Всего мною написано 425 научных работ, из которых 14 монографий, 2 актовых речи, более 20 методических рекомендаций, 164 статьи в центральной печати, 28 — за рубежом, остальные — в местной печати. Имею 25 авторских свидетельств на изобретения.

Более 20 лет с невероятным упорством боролся за открытие в Ростове-на-Дону научно-исследовательского института клинической и теоретической хирургии, какого нет ни в одной стране мира. Однако мощную стену бюрократизма и рутины в руководящих органах пробить не смог. Удалось лишь получить группу усиления из 7 научных сотрудников, которую с великим трудом с 1970 по 1983 год увеличил до 32 сотрудников. А затем руководство института медленно и постоянно сокращало штаты, несмотря на интенсивную работу на самом современном уровне в тесном контакте хирургов с биологами, биохимиками, морфологами, иммунологами, психологами, математиками, физиками и другими представителями теоретических наук. Такое единение позволяет нам решать сложнейшие теоретические и практические вопросы современной хирургии, урологии и биологии. Но это никого из начальства не волнует. В течение 45-летней научной и практической работы ко мне ни разу ни большой, ни маленький начальник не пришел и не спросил, как мне с коллективом работается и не нужна ли какая-нибудь помощь. Никогда! А помехи и препятствия учиняют с великим удовольствием и почти постоянно.

Поэтому интенсивную работу по хирургии и урологии, педагогическую и научную деятельность вынужден постоянно сочетать с борьбой за честь и справедливость. Чего это стоит! Как много отнимает времени и здоровья! Но без борьбы, видимо, пока нельзя. Об этом немало, но далеко не исчерпывающе написано все в той же книге, которую я подарил музею. Здесь уже больше не буду касаться этой трудной и тревожной проблемы. Отмечу лишь, что, несмотря на сложные отношения с руководством института, ученый совет шесть раз мои работы представлял на соискание Государственной премии СССР (первый раз в 1973 году), и каждый раз эти представления отклоняли. Седьмой раз представили работу по хирургии нижних мочевых путей на соискание Государственной премии Российской Федерации 1994 года. Замечательно, что на общественном обсуждении работы на заседании Московского общества урологов все 84 присутствовавших уролога единогласно (тайно) проголосовали за присуждение премии. Это важный штрих, особенно если учесть мою постоянную и тяжелую борьбу с рутиной в науке. Но… премию мне не дали. Несмотря на положительные рецензии и множество поддержек ведущих урологов России и ближнего зарубежья (член-корр. медицинской академии Ю. А. Пытель, академик Н. Е. Савченко и др.), ряда ученых советов мединститутов и единодушное положительное решение урологического общества Москвы, при тайном голосовании непрофессионалов в комиссии при Президенте работу вновь провалили. Такова цена интенсивной бескорыстной работы, борьбы за справедливость и независимого поведения.

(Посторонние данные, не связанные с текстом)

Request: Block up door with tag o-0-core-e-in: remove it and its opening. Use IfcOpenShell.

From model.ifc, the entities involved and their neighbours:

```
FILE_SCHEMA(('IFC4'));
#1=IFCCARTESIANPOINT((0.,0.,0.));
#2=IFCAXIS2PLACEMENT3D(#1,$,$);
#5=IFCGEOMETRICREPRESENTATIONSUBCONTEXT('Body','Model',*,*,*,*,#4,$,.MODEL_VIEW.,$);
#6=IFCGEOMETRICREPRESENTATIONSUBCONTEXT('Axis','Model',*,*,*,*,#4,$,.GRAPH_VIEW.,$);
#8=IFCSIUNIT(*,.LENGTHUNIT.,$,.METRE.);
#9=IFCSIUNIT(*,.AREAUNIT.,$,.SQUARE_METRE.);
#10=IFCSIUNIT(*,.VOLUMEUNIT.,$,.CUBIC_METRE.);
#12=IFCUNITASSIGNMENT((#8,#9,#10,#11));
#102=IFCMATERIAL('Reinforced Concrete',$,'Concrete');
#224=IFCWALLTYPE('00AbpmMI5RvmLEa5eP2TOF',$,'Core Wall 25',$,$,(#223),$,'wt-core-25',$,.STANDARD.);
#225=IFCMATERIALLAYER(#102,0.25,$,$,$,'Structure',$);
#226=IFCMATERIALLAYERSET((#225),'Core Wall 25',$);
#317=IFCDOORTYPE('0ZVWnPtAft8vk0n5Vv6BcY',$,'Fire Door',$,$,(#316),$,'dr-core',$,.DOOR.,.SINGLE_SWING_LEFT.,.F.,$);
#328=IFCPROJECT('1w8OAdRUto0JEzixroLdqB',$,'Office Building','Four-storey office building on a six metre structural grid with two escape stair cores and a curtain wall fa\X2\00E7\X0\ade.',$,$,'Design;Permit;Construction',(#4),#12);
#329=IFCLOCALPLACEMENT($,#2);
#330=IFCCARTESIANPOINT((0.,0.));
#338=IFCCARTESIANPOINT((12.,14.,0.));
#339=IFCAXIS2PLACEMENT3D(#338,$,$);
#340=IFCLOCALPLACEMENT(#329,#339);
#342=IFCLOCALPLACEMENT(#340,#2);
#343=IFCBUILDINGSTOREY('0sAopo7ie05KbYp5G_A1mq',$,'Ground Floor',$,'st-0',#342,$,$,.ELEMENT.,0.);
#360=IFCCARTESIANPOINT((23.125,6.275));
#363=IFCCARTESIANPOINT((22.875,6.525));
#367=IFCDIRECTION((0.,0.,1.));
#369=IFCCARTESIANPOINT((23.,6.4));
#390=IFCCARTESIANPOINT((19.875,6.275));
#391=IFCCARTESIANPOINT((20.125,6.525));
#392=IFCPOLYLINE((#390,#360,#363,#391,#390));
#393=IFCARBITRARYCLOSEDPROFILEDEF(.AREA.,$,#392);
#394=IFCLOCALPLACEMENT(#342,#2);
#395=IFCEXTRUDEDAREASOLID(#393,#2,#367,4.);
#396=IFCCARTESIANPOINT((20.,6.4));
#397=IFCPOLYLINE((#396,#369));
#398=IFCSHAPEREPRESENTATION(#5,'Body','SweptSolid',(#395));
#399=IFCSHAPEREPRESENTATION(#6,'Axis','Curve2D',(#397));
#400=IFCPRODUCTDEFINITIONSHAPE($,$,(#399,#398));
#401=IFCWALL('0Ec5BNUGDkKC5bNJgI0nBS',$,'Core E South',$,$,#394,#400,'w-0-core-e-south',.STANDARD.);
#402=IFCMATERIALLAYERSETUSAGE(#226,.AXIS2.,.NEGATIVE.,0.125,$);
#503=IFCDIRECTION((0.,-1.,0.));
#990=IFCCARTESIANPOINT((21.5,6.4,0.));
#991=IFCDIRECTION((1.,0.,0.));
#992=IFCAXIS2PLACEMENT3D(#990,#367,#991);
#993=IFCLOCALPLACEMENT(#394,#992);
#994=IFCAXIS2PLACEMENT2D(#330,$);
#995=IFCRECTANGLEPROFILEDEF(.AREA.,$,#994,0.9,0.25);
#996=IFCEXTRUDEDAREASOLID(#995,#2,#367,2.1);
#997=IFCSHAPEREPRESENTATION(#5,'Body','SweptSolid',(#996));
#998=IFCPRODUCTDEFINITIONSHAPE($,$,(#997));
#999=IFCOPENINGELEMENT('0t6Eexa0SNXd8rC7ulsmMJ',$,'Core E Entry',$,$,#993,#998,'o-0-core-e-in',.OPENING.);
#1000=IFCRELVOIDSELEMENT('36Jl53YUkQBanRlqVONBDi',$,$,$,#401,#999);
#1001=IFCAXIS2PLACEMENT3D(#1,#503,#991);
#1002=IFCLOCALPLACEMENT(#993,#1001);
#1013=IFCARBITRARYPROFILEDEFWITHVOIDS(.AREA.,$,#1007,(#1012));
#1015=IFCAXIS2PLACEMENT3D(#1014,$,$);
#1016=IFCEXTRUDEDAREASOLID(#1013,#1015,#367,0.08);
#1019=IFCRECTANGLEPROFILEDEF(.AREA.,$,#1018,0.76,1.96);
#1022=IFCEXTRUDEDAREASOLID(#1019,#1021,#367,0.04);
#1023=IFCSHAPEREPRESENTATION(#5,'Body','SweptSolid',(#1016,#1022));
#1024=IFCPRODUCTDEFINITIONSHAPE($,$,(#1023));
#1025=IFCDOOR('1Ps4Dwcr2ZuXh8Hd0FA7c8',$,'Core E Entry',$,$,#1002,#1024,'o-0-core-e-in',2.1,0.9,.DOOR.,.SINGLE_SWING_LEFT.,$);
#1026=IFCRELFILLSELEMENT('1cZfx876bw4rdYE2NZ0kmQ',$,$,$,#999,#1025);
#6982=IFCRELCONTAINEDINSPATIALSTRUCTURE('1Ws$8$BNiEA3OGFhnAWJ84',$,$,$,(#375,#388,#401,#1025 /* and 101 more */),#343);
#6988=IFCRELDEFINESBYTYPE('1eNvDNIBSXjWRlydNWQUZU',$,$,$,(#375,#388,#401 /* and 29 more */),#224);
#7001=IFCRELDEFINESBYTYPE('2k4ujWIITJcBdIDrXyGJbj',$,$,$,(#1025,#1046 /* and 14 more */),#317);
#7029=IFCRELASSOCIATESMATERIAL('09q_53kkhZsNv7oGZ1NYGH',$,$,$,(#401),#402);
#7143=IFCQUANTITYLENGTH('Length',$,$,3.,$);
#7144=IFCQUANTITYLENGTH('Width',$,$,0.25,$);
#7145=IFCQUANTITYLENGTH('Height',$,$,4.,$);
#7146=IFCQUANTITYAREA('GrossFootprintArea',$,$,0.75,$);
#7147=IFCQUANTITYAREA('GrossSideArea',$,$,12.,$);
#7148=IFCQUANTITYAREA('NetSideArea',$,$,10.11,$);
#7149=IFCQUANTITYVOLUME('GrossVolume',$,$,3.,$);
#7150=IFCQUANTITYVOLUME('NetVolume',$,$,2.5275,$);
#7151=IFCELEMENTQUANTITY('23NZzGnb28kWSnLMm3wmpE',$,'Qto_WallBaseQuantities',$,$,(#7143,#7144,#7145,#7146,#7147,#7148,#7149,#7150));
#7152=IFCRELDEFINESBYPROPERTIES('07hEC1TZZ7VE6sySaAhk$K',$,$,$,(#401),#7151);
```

```python
import ifcopenshell
import ifcopenshell.api.feature
import ifcopenshell.api.pset
import ifcopenshell.api.root
import ifcopenshell.geom
import ifcopenshell.util.element
import ifcopenshell.util.shape
import ifcopenshell.util.unit

model = ifcopenshell.open("model.ifc")
area_scale = ifcopenshell.util.unit.calculate_unit_scale(model, "AREAUNIT")
volume_scale = ifcopenshell.util.unit.calculate_unit_scale(model, "VOLUMEUNIT")
settings = ifcopenshell.geom.settings()


def volume(element):
    """Net volume in cubic metres, openings subtracted."""
    shape = ifcopenshell.geom.create_shape(settings, element)
    return ifcopenshell.util.shape.get_volume(shape.geometry)


door = model.by_guid("1Ps4Dwcr2ZuXh8Hd0FA7c8")
opening = door.FillsVoids[0].RelatingOpeningElement
wall = opening.VoidsElements[0].RelatingBuildingElement
before = volume(wall)

ifcopenshell.api.root.remove_product(model, product=door)
ifcopenshell.api.feature.remove_feature(model, feature=opening)

after = volume(wall)
thickness = 0.25  # wall thickness in metres

# Update the wall's stored quantities.
qto = model.by_id(ifcopenshell.util.element.get_pset(wall, "Qto_WallBaseQuantities", should_inherit=False)["id"])
ifcopenshell.api.pset.edit_qto(model, qto=qto, properties={
    "NetSideArea": after / thickness / area_scale,
    "NetVolume": after / volume_scale,
})

print(f"wall volume {before:.3f} -> {after:.3f} m3")

model.write("model_updated.ifc")
```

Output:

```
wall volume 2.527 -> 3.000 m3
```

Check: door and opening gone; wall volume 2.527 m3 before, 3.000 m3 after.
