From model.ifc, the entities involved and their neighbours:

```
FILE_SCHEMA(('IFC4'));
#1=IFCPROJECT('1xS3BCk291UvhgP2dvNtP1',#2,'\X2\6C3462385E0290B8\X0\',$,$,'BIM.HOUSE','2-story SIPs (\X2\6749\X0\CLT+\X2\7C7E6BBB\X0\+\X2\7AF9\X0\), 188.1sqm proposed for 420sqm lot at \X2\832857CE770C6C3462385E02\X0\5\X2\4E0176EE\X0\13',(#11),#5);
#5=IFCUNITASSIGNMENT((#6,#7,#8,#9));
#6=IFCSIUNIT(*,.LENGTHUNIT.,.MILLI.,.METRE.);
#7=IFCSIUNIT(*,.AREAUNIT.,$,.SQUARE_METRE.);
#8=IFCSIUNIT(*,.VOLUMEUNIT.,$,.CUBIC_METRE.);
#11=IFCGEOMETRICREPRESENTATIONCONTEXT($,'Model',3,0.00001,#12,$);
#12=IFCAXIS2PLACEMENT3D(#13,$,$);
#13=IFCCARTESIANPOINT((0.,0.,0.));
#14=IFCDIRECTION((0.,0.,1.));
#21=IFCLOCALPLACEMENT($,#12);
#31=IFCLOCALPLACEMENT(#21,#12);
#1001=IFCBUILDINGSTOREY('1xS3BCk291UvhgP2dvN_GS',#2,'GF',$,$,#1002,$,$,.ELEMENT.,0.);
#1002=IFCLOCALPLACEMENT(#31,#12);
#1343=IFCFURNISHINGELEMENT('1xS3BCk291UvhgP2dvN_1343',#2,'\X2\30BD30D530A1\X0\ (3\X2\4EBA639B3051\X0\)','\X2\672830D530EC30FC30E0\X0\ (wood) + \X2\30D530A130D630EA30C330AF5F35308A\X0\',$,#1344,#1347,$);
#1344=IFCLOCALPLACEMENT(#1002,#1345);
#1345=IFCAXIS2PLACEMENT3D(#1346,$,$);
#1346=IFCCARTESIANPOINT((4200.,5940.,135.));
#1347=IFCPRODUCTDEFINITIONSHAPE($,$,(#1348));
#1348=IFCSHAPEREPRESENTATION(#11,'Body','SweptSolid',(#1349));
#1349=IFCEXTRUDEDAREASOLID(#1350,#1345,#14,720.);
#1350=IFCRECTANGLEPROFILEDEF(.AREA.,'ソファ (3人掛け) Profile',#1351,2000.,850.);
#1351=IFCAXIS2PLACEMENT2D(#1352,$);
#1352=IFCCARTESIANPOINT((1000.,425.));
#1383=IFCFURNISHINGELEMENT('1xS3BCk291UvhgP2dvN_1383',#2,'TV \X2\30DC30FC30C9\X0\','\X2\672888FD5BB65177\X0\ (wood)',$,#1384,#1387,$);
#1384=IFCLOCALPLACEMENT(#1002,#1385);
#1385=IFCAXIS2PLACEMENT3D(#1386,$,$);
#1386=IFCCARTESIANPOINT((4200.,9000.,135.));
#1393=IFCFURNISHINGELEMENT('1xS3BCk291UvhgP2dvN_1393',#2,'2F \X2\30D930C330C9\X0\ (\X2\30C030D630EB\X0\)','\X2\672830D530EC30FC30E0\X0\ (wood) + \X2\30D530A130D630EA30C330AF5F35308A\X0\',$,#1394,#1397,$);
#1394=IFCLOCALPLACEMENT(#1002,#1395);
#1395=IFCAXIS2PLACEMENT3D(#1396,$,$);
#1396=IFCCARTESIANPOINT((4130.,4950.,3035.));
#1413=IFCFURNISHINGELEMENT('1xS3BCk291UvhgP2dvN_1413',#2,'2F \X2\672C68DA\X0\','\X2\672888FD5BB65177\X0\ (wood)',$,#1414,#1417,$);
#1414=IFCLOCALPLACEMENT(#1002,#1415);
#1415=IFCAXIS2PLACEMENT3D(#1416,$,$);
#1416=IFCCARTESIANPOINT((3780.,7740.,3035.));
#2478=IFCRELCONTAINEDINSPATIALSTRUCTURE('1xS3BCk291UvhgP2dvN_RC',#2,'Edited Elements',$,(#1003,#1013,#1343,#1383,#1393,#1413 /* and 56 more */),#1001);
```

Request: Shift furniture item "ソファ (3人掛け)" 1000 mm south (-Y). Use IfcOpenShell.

```python
import ifcopenshell
import ifcopenshell.api.geometry
import ifcopenshell.util.placement
import ifcopenshell.util.unit

model = ifcopenshell.open("model.ifc")
unit_scale = ifcopenshell.util.unit.calculate_unit_scale(model)

item = model.by_guid("1xS3BCk291UvhgP2dvN_1343")
matrix = ifcopenshell.util.placement.get_local_placement(item.ObjectPlacement)
matrix[1, 3] -= 1 / unit_scale
ifcopenshell.api.geometry.edit_object_placement(model, product=item, matrix=matrix, is_si=False)

print(ifcopenshell.util.placement.get_local_placement(item.ObjectPlacement).round(3) + 0.0)

model.write("model_rev.ifc")
```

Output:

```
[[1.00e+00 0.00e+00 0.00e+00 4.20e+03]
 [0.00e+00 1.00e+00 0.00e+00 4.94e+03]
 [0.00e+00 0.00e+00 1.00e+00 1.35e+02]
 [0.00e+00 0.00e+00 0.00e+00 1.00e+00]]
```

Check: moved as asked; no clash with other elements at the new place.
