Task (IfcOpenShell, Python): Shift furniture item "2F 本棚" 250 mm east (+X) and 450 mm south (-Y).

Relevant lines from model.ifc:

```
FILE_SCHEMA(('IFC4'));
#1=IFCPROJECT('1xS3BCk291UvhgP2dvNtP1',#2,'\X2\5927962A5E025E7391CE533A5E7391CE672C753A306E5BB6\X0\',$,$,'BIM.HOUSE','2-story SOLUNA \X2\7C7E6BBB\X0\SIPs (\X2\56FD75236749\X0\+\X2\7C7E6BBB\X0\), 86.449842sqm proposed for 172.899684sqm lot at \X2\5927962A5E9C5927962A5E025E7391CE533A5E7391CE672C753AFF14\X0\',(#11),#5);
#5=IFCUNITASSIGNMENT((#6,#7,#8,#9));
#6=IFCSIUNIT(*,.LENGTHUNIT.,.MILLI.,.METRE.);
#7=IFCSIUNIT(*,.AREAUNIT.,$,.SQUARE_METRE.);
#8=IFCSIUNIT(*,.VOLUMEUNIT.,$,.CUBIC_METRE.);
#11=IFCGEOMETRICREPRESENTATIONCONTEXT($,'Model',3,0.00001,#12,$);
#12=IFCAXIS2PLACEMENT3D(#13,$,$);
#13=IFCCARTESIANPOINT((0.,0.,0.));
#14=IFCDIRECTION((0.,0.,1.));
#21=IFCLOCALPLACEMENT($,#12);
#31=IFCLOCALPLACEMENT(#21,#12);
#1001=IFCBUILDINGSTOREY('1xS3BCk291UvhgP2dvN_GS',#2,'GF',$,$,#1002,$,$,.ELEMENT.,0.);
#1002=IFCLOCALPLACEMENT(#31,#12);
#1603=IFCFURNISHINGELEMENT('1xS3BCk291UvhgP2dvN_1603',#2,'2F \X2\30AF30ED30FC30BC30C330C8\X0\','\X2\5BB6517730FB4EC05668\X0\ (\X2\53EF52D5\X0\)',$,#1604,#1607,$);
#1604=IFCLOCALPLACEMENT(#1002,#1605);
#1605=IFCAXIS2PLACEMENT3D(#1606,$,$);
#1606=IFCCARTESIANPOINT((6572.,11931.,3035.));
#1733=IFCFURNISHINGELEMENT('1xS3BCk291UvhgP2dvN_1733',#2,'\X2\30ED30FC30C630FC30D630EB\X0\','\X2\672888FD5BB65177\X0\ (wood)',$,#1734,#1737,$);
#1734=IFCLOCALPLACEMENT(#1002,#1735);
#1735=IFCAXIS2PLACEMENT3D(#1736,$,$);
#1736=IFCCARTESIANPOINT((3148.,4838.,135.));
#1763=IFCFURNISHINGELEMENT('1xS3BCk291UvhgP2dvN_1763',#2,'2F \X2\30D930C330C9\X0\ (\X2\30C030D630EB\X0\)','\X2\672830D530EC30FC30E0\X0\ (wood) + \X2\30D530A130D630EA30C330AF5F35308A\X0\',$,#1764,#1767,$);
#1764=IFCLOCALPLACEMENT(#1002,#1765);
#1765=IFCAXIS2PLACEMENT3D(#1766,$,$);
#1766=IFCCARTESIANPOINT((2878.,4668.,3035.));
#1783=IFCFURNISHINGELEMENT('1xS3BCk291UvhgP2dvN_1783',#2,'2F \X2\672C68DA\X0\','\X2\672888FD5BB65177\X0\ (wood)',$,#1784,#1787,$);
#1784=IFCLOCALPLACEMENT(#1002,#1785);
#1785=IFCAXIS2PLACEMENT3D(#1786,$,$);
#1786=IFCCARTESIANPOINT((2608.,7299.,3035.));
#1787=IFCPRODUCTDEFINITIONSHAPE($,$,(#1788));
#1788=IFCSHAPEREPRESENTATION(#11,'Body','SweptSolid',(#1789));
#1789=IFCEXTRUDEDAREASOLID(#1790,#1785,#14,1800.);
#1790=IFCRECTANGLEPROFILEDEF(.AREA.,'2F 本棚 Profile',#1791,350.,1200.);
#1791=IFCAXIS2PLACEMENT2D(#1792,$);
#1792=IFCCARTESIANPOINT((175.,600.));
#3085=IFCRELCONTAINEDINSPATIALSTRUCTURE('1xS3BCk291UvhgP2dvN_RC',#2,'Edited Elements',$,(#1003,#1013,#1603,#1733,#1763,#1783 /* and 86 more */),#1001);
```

```python
import ifcopenshell
import ifcopenshell.api.geometry
import ifcopenshell.util.placement
import ifcopenshell.util.unit

model = ifcopenshell.open("model.ifc")
unit_scale = ifcopenshell.util.unit.calculate_unit_scale(model)

item = model.by_guid("1xS3BCk291UvhgP2dvN_1783")
matrix = ifcopenshell.util.placement.get_local_placement(item.ObjectPlacement)
matrix[0, 3] += 0.25 / unit_scale
matrix[1, 3] -= 0.45 / unit_scale
ifcopenshell.api.geometry.edit_object_placement(model, product=item, matrix=matrix, is_si=False)

print(ifcopenshell.util.placement.get_local_placement(item.ObjectPlacement).round(3) + 0.0)

model.write("model-out.ifc")
```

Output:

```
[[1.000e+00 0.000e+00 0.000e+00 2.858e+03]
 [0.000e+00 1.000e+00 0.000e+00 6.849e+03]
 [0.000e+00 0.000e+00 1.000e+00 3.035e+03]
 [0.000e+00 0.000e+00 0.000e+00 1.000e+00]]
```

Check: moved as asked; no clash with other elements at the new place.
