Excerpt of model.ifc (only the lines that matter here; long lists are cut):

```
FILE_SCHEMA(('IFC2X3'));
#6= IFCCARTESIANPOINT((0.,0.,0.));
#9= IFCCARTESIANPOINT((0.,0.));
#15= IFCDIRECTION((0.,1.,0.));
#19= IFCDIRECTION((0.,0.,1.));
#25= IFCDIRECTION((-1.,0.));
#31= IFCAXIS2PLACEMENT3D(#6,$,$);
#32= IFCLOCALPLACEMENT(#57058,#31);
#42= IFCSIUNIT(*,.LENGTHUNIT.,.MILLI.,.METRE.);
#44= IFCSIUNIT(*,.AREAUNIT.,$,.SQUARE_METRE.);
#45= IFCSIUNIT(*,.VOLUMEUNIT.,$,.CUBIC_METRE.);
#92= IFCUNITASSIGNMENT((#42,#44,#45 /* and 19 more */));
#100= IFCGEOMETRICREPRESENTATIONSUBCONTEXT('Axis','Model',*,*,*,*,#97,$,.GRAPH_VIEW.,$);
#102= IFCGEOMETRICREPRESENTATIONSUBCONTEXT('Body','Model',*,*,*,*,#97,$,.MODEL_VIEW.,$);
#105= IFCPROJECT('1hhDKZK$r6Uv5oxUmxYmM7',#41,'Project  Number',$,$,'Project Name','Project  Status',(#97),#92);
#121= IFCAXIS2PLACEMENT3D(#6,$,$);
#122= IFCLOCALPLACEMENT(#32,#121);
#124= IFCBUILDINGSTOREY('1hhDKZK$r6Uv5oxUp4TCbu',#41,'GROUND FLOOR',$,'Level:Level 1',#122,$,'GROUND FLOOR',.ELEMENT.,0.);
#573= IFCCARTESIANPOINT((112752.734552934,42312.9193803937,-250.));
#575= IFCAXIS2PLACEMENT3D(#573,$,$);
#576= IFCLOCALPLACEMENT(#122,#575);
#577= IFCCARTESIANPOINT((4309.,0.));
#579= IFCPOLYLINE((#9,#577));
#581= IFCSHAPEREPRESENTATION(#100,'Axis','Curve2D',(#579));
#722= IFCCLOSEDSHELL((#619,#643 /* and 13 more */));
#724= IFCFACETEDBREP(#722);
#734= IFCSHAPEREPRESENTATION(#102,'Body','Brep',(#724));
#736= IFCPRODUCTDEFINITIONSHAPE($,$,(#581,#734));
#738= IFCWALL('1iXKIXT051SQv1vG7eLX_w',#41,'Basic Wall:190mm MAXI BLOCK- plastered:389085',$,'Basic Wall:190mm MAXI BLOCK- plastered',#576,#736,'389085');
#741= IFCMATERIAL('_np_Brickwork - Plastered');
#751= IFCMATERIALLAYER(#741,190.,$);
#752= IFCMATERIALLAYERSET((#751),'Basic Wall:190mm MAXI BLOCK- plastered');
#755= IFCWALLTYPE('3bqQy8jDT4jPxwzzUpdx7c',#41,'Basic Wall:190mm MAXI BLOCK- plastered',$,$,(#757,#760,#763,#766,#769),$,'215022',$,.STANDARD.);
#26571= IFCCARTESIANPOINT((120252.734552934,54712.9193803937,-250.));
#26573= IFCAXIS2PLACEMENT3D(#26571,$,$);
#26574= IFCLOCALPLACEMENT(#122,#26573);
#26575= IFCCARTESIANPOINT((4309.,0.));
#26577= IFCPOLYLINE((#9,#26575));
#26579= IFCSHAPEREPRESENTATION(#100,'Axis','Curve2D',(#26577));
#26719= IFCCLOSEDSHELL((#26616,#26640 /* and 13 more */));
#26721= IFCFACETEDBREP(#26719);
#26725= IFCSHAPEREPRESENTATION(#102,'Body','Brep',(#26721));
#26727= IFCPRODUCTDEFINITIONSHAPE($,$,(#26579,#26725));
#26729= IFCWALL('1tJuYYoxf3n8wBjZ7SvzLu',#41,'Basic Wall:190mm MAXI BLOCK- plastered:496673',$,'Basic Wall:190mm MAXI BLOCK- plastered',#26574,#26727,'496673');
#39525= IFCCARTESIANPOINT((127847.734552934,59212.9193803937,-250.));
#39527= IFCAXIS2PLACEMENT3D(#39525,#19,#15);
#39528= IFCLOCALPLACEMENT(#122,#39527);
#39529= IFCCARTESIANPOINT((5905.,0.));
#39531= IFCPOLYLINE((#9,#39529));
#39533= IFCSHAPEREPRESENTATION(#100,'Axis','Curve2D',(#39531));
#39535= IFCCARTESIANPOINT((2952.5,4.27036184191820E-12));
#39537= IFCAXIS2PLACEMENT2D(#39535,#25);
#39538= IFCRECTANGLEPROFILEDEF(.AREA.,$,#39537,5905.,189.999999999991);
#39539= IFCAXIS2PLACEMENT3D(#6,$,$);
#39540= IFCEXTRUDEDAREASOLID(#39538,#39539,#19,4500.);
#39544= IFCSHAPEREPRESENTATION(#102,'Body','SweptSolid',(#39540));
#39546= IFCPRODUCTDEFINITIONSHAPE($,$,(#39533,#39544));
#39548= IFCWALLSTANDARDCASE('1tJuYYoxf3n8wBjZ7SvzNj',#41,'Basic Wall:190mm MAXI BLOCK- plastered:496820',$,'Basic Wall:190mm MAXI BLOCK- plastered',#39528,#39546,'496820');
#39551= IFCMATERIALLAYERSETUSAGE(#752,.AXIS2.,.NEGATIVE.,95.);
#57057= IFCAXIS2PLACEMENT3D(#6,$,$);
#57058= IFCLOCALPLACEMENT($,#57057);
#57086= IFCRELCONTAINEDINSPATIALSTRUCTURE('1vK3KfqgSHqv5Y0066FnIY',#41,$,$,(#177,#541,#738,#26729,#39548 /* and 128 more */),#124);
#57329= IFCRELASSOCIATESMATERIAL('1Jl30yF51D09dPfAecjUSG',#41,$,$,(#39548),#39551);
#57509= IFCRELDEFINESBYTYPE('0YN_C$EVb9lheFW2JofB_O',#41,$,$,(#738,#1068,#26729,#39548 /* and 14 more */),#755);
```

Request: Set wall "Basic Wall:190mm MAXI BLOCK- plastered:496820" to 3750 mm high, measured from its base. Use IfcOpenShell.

```python
import ifcopenshell
import ifcopenshell.geom
import ifcopenshell.util.representation
import ifcopenshell.util.shape

model = ifcopenshell.open("model.ifc")
settings = ifcopenshell.geom.settings()


def volume(element):
    """Net volume in cubic metres, openings subtracted."""
    shape = ifcopenshell.geom.create_shape(settings, element)
    return ifcopenshell.util.shape.get_volume(shape.geometry)


wall = model.by_guid("1tJuYYoxf3n8wBjZ7SvzNj")
before = volume(wall)

body = ifcopenshell.util.representation.get_representation(wall, "Model", "Body")
solid = body.Items[0]
old_height = solid.Depth
solid.Depth = 3750.0
after = volume(wall)

print(f"height {old_height:g} -> {solid.Depth:g}, volume {before:.3f} -> {after:.3f} m3")

model.write("model_edited.ifc")
```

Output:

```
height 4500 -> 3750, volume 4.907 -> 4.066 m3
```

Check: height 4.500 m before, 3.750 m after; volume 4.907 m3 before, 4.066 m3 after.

Шесть раз меня представляли к званию заслуженного деятеля науки (первый раз в 1980 году) и непременно проваливали на разных уровнях. Уже после Советской власти (через 11 лет после первого представления) мне присвоили это звание. И это еще не все. Ученый совет нашего института шесть раз представлял меня в члены-корреспонденты АМН СССР, но каждый раз при голосовании в Академии проваливали. Однако после представления Северо-Кавказского научного центра высшей школы в сентябре 1994 года меня избрали академиком медико-технической Академии РФ. Значит, что-то меняется в лучшую сторону.

С 1970 года я заслуженный деятель науки Калмыкии. Много сделал для этой республики в плане оказания хирургической помощи (прооперировал сотни наиболее трудных больных), в организации научного хирургического общества, в проведении конференций и подготовке научных кадров, хирургов и урологов. С Калмыкией до настоящего времени поддерживаются контакты, что в значительной мере определяется активностью моего первого ученика этой республики В. Сармуткина, ныне главного врача республиканской больницы, и другого моего ученика, беспокойного и энергичного М. Эренценова. Много лет сотрудничал с Кабардино-Балкарией, провел там первый съезд хирургов республики, консультировал и оперировал наиболее трудных больных, которые поступали и теперь поступают — правда, значительно реже — к нам в клинику. Как и с учениками из Калмыкии, самые теплые отношения сохраняются с моим учеником из Кабардино-Балкарии А. Камбачековым.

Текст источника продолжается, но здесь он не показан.